Cet article a été publié il y a 9 ans, il est donc possible qu'il ne soit plus à jour.
- Licenciement pour faute grave : le salarié ne doit pas travailler après la notification de licenciement !
- Refuser d’accepter par avance un changement d’employeur ne justifie pas un licenciement
- Prime d’objectifs : si les informations n’ont pas été portées à la connaissance du salarié en début d’exercice, la valeur maximale est due
- Attention à ne pas avertir un salarié de son licenciement par téléphone avant l’envoi de la lettre
Un récent arrêt de la Cour de cassation a retenu notre intérêt, et cela pour 2 raisons.
L’importance de l’arrêt prononcé par les juges de la Cour de cassation mais également les circonstances pour le moins « cocasses » du contexte.
Voilà ce que nous vous proposons de découvrir dans la présente affaire.
Présentation du contexte
Un salarié est engagé le 15 septembre 1982 en qualité de menuisier poseur.
Il est licencié pour faute grave le 14 décembre 2009, après avoir fait l’objet d’une mise à pied à titre conservatoire.

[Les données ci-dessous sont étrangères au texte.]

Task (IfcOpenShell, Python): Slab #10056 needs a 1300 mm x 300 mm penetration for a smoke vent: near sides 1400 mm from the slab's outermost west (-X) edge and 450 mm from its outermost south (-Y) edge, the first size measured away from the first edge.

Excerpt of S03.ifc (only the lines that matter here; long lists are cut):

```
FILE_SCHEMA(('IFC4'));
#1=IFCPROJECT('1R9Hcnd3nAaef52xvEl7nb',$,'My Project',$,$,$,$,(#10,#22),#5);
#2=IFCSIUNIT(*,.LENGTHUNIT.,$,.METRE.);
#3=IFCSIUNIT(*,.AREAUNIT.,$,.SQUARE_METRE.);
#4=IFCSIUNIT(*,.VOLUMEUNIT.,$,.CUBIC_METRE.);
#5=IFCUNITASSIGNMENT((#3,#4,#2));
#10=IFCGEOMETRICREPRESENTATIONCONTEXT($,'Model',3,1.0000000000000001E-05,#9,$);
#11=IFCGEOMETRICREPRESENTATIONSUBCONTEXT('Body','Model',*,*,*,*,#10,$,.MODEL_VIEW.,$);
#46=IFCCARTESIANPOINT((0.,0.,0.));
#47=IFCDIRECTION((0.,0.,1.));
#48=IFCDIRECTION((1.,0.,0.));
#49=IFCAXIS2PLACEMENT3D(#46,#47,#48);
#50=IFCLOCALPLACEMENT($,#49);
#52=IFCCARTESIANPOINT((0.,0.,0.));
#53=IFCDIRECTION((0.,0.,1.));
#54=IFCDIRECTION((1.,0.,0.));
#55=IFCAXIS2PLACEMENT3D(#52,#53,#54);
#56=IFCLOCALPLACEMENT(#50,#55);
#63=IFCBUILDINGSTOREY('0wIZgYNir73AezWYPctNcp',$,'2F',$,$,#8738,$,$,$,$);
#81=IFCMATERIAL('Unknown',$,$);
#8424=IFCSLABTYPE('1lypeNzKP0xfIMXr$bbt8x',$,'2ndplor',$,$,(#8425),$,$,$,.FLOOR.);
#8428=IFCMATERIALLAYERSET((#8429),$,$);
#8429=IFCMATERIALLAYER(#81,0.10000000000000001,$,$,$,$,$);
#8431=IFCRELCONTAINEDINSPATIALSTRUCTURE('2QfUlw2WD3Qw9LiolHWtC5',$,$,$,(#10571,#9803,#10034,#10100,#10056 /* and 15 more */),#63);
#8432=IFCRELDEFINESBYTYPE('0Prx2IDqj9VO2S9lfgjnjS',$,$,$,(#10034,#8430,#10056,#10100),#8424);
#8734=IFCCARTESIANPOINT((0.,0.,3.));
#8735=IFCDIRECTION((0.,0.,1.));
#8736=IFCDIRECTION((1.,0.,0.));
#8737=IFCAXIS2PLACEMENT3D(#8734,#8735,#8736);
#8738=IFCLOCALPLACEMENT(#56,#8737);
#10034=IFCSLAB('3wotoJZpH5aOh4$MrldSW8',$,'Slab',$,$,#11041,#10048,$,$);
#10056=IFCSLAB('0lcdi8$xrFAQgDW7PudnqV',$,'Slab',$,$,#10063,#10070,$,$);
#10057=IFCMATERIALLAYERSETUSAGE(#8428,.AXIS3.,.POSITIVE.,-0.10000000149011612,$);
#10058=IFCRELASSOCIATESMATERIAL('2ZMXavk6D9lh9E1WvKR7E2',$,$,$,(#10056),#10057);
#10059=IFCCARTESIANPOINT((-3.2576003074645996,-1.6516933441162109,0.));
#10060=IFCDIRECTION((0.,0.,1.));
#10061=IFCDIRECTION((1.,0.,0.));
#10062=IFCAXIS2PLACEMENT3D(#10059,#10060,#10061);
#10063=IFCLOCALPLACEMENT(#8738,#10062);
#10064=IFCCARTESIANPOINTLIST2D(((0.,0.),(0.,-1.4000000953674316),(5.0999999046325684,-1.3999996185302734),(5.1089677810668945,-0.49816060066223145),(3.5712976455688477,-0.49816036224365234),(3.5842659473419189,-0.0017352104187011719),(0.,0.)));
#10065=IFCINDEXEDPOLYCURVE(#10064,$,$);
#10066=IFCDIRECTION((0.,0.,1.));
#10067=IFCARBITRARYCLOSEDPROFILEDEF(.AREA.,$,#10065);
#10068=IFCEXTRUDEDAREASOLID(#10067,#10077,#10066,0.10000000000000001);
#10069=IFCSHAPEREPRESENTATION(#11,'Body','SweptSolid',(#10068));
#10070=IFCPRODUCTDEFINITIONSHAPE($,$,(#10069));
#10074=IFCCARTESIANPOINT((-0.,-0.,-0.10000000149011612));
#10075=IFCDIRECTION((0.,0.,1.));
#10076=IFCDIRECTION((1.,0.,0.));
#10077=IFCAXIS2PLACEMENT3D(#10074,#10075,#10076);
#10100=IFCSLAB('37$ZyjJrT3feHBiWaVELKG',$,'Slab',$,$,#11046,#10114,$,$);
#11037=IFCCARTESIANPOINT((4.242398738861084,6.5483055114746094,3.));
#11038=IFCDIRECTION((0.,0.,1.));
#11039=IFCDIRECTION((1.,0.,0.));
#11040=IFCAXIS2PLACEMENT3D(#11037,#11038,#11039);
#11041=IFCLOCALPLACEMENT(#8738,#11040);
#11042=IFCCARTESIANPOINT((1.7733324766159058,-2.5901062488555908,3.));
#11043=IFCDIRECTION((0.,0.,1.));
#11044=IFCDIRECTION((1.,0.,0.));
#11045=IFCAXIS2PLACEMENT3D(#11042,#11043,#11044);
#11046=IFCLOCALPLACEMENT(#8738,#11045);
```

```python
import numpy as np
import ifcopenshell
import ifcopenshell.api.feature
import ifcopenshell.api.geometry
import ifcopenshell.api.root
import ifcopenshell.geom
import ifcopenshell.util.placement
import ifcopenshell.util.representation
import ifcopenshell.util.shape
import ifcopenshell.util.unit

model = ifcopenshell.open("S03.ifc")
unit_scale = ifcopenshell.util.unit.calculate_unit_scale(model)
settings = ifcopenshell.geom.settings()


def volume(element):
    """Net volume in cubic metres, openings subtracted."""
    shape = ifcopenshell.geom.create_shape(settings, element)
    return ifcopenshell.util.shape.get_volume(shape.geometry)


slab = model.by_guid("0lcdi8$xrFAQgDW7PudnqV")
before = volume(slab)

# Extent in the slab's own axes, in metres. The edges named are its -X and -Y sides.
slab_shape = ifcopenshell.geom.create_shape(settings, slab)
vertices = ifcopenshell.util.shape.get_vertices(slab_shape.geometry)
x_min, y_min, bottom = vertices.min(axis=0)
top = vertices[:, 2].max()

opening = ifcopenshell.api.root.create_entity(model, ifc_class="IfcOpeningElement", name="Smoke vent opening", predefined_type="OPENING")
context = ifcopenshell.util.representation.get_context(model, "Model", "Body", "MODEL_VIEW")
width, depth = 1.3, 0.3
outline = [(0.0, 0.0), (width, 0.0), (width, depth), (0.0, depth), (0.0, 0.0)]
# Overshoot both faces by 50 mm so the cut is clean.
shape = ifcopenshell.api.geometry.add_slab_representation(
    model, context=context, depth=top - bottom + 0.1, polyline=outline
)
ifcopenshell.api.geometry.assign_representation(model, product=opening, representation=shape)

matrix = ifcopenshell.util.placement.get_local_placement(slab.ObjectPlacement)
matrix[:, 3] = matrix @ np.append(np.array([x_min + 1.4, y_min + 0.45, bottom - 0.05]) / unit_scale, 1.0)
ifcopenshell.api.geometry.edit_object_placement(model, product=opening, matrix=matrix, is_si=False)
ifcopenshell.api.feature.add_feature(model, feature=opening, element=slab)

after = volume(slab)

print(f"slab volume {before:.3f} -> {after:.3f} m3")

model.write("S03-out.ifc")
```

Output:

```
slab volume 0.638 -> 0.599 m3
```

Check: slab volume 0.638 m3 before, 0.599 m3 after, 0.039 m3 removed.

Son employeur lui reproche à cette occasion d’avoir tenus des propos insultants à son égard.
Une erreur sur le numéro de téléphone
Dans cette affaire, le salarié pensait téléphone à un de ses amis, mais avait en fait composé par erreur le numéro de téléphone de son… employeur.
Croyant ainsi s’adresser à son ami, il lui avait ainsi dit «il ne sait pas encore s'il aura le camion mon balourd de patron ».
Manque de chance, outre l’erreur de numéro de téléphone, son supérieur hiérarchique était en repas d’affaire avec 2 courtiers en assurance et la fonction « haut-parleur » du téléphone portable était actionnée de sorte que tous les convives pouvaient assister à cet échange pour le moins surprenant.
Le salarié plaide l’erreur
Ne contestant pas le fait qu’il avait prononcé les mots rapportés, le salarié saisit la juridiction prud’homale estimant que son licenciement pour faute grave n’était pas licite.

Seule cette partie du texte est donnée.